Work instruction:
Whenever a line in the records below contains "openings", pick it out.
..............................
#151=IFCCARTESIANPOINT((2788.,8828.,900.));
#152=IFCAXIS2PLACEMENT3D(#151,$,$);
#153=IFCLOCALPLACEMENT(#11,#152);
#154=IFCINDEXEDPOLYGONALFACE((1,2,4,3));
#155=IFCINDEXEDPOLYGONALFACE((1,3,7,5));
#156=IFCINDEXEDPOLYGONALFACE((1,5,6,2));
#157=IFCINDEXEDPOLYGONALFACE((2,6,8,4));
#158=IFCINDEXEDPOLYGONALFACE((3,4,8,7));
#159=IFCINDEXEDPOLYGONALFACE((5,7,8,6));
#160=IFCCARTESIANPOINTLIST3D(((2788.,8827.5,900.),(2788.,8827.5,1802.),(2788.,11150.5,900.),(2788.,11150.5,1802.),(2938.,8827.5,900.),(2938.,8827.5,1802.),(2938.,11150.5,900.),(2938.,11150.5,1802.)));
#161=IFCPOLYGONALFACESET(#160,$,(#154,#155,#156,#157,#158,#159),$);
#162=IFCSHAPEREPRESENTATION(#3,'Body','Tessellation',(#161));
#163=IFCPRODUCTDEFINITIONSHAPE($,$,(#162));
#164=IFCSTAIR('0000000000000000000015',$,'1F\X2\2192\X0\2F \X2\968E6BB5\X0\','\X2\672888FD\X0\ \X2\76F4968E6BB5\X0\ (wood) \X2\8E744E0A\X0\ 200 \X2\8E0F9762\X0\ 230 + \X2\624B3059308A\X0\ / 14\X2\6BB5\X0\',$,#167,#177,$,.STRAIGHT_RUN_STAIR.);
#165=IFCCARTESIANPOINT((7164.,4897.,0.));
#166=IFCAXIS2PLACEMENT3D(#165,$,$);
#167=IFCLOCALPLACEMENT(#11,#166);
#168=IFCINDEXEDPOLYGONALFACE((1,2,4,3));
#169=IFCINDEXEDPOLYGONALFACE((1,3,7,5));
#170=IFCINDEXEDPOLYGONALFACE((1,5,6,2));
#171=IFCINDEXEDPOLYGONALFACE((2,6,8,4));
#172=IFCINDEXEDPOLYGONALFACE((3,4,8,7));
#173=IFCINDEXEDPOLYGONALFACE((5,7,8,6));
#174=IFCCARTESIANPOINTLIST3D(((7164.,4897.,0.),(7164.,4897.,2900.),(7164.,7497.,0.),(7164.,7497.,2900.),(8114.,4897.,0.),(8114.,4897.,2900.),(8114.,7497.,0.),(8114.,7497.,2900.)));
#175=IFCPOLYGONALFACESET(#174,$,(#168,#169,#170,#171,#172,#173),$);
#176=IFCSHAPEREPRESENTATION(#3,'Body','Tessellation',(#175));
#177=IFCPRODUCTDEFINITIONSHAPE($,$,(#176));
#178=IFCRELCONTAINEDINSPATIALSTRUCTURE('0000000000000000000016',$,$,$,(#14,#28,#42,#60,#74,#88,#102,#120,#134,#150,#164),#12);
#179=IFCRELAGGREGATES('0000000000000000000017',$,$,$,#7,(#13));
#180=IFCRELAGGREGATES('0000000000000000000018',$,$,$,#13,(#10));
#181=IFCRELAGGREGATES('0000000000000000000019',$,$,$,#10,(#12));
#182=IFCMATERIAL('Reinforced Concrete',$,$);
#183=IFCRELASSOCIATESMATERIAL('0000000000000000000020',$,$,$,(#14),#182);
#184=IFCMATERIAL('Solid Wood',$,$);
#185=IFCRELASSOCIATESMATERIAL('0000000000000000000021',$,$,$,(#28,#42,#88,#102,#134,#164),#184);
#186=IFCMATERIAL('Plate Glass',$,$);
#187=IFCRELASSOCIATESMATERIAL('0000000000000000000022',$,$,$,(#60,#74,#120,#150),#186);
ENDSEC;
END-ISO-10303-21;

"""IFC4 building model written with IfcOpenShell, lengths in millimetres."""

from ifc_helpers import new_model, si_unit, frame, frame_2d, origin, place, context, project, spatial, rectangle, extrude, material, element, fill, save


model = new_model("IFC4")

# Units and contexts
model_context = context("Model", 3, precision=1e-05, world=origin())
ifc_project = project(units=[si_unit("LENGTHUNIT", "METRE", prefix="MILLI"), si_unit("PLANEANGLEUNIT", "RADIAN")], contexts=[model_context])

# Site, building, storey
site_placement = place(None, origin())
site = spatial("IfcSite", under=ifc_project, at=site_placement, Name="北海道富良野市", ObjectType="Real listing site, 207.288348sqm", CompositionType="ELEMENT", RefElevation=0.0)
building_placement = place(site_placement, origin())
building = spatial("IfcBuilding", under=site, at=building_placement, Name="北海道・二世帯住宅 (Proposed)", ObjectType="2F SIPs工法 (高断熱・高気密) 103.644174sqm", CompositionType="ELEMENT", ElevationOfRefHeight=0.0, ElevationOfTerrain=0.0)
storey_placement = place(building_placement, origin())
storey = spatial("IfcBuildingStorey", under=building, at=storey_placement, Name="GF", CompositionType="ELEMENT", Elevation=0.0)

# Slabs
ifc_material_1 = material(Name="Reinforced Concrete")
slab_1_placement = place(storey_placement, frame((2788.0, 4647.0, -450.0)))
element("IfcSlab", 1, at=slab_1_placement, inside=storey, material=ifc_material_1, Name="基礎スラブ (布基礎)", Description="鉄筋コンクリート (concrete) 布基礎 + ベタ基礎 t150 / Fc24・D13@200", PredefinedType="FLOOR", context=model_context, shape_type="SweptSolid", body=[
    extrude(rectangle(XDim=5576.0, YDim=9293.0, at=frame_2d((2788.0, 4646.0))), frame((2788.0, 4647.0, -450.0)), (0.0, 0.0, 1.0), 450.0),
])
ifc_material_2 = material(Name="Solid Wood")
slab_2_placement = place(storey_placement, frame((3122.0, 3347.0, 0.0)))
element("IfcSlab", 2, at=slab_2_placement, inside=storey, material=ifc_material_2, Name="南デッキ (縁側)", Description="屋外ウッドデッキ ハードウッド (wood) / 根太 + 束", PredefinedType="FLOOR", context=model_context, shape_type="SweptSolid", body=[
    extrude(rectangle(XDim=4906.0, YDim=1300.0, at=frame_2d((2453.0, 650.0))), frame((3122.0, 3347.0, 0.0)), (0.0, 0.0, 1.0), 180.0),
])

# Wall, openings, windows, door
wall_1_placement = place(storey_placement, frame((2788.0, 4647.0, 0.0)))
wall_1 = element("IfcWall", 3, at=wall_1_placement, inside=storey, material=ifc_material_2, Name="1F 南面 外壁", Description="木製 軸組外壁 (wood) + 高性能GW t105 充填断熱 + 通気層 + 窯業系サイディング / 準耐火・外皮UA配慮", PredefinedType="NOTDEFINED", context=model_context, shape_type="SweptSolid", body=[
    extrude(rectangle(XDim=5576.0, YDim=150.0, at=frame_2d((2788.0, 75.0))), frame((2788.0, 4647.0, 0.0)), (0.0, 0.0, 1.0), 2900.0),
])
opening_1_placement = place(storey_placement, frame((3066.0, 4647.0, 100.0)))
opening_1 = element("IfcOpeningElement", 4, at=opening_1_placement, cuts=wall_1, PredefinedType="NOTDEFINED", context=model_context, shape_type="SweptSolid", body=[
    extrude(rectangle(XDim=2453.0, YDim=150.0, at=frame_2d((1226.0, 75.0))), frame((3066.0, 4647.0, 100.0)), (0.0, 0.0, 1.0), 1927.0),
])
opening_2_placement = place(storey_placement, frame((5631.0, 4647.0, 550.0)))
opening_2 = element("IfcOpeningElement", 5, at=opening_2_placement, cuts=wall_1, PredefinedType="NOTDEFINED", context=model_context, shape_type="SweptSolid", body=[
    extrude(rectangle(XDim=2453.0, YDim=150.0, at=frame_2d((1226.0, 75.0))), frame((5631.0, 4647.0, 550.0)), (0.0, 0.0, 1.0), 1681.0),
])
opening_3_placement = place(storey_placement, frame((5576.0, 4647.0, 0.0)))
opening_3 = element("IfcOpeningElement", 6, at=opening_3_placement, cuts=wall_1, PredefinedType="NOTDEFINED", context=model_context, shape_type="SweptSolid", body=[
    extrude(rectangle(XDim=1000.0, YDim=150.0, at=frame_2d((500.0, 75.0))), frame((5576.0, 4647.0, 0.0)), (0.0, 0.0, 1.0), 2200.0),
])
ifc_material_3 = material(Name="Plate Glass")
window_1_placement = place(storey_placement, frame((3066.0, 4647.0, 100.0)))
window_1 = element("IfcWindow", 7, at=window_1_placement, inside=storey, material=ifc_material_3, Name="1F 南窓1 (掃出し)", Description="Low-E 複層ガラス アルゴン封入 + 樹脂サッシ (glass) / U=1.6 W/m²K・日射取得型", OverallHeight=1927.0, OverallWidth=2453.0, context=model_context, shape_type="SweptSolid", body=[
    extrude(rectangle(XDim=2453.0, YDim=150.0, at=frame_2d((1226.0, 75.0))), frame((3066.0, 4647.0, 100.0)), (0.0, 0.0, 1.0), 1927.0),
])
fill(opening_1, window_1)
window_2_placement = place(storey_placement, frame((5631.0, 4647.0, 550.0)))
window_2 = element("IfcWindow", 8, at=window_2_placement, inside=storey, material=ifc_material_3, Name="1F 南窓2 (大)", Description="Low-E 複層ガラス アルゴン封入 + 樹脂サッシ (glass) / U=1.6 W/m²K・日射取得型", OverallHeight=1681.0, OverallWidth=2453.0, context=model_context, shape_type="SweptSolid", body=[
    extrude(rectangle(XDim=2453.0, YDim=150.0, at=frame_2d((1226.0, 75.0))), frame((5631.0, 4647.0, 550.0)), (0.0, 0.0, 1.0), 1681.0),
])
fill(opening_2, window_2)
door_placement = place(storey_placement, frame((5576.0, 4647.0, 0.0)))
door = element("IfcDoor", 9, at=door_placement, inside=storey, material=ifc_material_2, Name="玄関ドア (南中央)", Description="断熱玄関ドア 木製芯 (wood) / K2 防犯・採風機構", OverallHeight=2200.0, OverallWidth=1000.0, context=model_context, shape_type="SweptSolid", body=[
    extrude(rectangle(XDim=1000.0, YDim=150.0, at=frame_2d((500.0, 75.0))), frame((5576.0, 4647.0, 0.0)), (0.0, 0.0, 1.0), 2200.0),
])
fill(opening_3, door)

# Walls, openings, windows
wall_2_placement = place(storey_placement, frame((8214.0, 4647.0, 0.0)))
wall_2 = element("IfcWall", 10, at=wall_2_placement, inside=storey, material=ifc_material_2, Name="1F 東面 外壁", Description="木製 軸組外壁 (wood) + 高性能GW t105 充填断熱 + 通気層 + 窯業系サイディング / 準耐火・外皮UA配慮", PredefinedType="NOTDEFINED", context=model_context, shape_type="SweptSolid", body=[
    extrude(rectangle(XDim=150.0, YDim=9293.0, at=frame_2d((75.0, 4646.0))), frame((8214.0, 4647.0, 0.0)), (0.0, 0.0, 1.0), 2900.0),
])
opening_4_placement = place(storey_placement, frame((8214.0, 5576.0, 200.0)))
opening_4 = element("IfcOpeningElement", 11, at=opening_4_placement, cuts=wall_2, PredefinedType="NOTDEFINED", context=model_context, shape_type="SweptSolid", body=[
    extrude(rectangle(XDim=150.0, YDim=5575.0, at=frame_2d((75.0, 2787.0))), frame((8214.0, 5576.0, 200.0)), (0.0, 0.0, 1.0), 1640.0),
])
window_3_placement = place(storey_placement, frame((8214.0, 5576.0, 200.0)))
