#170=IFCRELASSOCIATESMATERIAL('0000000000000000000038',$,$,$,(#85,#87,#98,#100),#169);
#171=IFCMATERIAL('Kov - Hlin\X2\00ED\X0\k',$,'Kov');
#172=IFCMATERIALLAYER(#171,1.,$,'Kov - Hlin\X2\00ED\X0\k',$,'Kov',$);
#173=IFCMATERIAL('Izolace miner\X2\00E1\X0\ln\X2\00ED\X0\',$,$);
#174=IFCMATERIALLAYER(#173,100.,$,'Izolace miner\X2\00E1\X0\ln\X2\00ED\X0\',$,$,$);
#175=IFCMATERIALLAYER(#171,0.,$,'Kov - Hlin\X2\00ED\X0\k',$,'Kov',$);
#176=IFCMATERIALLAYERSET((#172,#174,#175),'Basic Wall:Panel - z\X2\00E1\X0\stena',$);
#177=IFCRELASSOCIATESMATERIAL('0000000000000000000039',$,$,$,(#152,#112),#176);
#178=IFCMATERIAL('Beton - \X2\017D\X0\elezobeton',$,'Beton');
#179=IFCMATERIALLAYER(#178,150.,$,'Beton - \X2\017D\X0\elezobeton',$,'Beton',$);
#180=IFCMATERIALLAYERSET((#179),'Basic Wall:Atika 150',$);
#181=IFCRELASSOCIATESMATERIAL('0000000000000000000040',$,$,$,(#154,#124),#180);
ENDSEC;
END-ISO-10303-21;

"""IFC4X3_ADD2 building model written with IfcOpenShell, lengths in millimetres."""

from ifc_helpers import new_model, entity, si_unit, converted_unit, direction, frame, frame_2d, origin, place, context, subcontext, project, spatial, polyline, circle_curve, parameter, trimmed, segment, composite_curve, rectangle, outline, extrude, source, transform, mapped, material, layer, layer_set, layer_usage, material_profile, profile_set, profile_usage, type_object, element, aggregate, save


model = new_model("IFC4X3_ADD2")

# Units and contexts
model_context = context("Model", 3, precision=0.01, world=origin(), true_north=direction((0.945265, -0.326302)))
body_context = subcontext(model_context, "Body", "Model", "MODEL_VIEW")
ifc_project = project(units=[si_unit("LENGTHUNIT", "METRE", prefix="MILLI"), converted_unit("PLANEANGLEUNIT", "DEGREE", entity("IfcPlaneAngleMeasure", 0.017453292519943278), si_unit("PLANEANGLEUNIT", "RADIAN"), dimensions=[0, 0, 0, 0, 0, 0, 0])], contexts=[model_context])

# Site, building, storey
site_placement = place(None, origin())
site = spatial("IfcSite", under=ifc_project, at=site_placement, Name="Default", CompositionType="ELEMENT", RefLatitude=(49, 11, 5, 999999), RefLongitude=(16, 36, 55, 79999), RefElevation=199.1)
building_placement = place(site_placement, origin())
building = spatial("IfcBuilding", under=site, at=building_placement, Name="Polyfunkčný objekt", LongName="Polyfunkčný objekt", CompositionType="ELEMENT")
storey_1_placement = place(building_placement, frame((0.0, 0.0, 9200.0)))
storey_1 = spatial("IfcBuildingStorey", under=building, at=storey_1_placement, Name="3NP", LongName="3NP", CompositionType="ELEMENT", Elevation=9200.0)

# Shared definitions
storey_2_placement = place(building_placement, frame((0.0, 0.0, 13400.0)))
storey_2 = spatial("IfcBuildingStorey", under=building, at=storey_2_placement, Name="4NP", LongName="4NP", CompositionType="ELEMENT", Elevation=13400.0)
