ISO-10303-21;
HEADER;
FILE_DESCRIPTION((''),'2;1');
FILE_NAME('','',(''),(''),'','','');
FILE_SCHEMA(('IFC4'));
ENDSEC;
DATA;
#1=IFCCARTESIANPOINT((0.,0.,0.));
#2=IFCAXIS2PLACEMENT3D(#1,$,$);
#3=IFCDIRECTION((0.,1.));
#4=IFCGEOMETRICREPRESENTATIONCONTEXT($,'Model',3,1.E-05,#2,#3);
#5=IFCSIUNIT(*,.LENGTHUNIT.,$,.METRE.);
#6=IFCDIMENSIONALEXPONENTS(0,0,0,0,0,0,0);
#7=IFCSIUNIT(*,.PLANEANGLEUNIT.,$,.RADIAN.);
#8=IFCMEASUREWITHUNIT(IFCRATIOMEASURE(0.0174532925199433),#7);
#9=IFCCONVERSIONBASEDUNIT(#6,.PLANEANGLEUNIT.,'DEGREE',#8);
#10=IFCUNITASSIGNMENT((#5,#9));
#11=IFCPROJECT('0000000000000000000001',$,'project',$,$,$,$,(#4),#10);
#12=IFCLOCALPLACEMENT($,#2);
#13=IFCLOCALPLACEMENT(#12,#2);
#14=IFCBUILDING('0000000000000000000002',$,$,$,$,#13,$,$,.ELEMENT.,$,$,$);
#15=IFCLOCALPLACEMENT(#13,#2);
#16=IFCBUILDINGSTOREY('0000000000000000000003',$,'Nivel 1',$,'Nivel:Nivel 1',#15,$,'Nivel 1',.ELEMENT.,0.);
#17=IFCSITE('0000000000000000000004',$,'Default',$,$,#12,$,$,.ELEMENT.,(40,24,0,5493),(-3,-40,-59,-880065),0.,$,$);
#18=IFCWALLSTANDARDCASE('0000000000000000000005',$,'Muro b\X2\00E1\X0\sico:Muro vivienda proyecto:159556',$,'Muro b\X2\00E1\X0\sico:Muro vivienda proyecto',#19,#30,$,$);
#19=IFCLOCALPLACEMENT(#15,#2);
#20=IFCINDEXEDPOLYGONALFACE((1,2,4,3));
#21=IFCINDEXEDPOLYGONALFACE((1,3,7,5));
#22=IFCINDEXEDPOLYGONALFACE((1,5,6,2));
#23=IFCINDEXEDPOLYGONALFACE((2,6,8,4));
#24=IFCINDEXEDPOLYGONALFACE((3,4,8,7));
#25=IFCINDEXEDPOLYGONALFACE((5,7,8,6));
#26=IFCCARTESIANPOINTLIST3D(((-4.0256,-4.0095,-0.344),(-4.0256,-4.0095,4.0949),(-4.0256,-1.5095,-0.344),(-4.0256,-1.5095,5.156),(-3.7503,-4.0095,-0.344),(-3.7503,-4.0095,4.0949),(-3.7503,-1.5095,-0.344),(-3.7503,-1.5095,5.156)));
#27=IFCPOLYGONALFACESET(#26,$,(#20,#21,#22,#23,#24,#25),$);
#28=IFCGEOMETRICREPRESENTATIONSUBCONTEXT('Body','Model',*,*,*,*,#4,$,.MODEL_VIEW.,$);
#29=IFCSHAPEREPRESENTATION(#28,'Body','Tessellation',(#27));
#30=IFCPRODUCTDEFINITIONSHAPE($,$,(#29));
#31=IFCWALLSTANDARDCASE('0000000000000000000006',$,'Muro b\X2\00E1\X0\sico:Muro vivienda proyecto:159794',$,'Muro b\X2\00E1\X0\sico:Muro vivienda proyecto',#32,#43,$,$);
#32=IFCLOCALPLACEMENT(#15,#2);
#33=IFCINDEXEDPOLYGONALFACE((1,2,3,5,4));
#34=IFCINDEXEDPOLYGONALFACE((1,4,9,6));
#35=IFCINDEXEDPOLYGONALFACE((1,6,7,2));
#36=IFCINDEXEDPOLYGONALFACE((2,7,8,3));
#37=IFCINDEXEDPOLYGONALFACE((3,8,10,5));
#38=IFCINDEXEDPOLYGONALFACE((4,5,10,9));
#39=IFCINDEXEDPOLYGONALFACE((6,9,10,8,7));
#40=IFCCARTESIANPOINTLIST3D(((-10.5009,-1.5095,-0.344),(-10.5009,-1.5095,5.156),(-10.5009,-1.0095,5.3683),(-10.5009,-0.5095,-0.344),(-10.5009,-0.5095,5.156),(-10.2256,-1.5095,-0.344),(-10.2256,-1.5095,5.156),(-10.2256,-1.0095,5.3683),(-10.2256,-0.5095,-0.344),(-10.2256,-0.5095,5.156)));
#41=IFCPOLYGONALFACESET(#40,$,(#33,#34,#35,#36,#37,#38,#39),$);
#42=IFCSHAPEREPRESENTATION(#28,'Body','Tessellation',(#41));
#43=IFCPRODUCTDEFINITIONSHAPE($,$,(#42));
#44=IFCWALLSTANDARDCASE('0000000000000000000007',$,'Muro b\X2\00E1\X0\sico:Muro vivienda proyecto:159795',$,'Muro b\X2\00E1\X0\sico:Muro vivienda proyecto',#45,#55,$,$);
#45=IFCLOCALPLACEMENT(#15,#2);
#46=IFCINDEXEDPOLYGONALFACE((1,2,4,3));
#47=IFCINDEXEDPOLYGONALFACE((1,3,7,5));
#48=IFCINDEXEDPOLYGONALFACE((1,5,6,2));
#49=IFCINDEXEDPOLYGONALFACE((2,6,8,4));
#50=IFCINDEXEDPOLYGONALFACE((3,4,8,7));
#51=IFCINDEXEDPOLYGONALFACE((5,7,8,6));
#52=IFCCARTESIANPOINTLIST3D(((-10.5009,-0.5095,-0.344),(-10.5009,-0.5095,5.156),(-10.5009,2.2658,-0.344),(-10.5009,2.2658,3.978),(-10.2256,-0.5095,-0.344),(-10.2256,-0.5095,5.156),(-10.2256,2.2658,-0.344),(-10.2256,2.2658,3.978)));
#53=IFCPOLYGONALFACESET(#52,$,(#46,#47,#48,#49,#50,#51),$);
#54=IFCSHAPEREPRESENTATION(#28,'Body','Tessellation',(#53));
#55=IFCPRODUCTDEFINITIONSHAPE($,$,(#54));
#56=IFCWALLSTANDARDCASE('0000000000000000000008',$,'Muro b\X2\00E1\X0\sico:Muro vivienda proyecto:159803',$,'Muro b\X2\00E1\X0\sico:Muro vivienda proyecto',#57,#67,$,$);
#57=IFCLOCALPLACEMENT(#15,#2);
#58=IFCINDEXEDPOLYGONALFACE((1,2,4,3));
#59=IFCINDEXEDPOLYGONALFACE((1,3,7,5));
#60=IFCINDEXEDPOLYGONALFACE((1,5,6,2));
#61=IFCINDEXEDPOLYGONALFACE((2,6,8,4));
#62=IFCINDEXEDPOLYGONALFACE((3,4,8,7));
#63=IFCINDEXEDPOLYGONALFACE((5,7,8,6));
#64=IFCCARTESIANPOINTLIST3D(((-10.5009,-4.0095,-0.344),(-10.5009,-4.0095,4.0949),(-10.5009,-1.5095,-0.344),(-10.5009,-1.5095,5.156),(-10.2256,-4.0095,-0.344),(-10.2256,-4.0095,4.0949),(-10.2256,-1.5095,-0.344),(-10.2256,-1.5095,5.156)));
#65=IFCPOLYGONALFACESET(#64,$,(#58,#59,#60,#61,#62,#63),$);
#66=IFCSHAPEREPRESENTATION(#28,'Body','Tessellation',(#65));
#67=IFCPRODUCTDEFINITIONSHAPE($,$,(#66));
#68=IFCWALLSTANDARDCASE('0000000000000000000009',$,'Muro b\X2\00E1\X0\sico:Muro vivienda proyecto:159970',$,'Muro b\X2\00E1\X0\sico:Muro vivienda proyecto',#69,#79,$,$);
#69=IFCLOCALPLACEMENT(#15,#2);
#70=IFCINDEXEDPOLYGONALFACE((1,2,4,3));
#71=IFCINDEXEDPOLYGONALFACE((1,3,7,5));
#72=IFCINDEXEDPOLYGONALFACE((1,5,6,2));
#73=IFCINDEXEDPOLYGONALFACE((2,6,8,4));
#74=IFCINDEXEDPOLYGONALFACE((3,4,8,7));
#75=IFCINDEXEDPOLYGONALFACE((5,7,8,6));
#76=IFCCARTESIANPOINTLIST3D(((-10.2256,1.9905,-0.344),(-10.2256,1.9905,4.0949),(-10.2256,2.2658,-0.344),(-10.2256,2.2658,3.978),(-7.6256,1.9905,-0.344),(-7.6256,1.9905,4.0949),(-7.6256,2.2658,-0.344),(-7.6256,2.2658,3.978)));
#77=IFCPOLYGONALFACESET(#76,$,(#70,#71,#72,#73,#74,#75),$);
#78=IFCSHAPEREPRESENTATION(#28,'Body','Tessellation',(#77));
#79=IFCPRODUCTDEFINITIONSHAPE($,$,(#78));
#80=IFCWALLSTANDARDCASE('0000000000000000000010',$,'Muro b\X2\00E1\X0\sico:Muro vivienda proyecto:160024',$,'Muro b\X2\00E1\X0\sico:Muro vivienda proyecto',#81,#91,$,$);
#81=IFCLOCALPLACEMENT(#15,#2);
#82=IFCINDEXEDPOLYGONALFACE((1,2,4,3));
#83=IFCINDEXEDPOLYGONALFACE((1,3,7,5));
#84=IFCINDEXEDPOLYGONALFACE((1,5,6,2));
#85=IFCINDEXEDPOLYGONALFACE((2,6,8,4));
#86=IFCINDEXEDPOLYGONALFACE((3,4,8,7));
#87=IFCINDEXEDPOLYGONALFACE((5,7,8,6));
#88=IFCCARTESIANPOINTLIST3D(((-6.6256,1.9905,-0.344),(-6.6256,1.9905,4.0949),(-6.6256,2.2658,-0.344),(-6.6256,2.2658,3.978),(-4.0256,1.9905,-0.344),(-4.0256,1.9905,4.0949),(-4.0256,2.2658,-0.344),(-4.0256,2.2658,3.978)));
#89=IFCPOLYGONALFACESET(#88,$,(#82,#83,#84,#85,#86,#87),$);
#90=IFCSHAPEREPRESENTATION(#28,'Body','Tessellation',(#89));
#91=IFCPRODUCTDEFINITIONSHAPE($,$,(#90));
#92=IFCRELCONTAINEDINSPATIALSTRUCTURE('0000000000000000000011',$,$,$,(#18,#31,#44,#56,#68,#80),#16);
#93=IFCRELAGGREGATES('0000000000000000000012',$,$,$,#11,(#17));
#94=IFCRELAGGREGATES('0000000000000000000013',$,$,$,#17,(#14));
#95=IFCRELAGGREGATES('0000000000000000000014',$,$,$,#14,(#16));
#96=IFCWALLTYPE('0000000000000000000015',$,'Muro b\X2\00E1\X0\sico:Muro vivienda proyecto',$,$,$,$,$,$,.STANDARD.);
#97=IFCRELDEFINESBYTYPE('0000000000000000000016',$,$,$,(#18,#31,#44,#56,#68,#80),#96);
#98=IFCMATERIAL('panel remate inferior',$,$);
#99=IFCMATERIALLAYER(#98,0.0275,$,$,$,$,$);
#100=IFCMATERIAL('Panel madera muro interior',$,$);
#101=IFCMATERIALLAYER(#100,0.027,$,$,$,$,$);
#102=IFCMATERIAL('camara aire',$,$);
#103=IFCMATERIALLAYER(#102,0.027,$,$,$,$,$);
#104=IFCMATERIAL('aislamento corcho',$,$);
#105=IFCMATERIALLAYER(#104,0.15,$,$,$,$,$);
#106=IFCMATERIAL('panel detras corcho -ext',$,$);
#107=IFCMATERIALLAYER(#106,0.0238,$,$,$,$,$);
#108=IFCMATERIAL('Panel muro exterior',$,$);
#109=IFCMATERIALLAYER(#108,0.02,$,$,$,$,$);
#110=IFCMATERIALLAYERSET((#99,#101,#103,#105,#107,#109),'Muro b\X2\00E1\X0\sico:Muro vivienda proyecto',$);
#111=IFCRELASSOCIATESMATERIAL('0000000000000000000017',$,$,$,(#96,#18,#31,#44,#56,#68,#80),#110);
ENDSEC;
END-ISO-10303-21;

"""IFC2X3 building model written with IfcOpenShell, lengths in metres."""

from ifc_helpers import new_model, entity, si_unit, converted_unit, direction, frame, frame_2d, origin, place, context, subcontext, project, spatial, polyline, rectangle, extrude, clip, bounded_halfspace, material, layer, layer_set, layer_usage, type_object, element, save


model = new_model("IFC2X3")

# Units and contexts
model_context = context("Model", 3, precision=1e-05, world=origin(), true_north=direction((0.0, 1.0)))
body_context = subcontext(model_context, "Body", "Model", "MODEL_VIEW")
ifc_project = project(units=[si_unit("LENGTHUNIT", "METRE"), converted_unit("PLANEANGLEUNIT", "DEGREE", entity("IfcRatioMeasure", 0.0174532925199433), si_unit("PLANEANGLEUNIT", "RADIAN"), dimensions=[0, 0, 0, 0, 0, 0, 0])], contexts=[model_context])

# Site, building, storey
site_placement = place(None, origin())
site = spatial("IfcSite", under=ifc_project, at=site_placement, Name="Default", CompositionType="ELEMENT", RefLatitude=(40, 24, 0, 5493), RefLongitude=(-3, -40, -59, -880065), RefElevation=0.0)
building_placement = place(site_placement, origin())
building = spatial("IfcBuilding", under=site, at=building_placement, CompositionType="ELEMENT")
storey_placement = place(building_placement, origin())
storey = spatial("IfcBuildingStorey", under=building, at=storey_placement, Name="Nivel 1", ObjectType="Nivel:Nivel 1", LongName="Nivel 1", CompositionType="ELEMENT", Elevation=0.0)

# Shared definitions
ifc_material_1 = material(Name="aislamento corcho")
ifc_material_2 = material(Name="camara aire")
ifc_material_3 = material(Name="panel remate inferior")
..............................
Final answer:
# Wall, openings, windows, door
# Walls, openings, windows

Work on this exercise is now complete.